[Exercise requirements]: Whenever a line below holds the word "Tessellation", copy that line.

Stored items
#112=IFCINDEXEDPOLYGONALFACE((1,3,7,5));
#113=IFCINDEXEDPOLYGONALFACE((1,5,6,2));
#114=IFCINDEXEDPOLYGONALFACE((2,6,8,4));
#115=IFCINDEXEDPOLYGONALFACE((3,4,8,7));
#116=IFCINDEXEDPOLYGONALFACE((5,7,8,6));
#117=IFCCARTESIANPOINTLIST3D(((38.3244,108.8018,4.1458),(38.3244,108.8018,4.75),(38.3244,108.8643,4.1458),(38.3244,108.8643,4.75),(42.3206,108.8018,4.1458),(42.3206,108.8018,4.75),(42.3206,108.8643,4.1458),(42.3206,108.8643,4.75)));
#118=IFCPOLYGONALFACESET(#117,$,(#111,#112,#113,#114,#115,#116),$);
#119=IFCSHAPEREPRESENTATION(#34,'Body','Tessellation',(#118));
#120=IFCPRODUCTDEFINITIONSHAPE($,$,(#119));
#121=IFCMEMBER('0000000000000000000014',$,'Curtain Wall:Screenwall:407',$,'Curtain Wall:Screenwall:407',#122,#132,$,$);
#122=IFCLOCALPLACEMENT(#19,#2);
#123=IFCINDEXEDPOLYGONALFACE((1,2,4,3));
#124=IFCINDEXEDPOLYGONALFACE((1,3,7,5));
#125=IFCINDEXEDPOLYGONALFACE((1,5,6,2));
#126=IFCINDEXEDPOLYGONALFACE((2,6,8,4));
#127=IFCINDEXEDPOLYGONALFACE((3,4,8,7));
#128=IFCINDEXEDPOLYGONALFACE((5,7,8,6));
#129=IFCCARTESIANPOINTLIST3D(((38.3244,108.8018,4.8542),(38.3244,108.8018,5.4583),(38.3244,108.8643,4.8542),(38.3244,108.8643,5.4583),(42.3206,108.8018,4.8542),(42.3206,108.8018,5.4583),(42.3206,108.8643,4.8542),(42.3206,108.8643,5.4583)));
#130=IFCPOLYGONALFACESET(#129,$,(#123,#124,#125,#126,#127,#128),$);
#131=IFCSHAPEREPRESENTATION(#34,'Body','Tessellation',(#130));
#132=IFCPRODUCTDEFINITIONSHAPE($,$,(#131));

[Response for this exercise]:
#119=IFCSHAPEREPRESENTATION(#34,'Body','Tessellation',(#118));
#131=IFCSHAPEREPRESENTATION(#34,'Body','Tessellation',(#130));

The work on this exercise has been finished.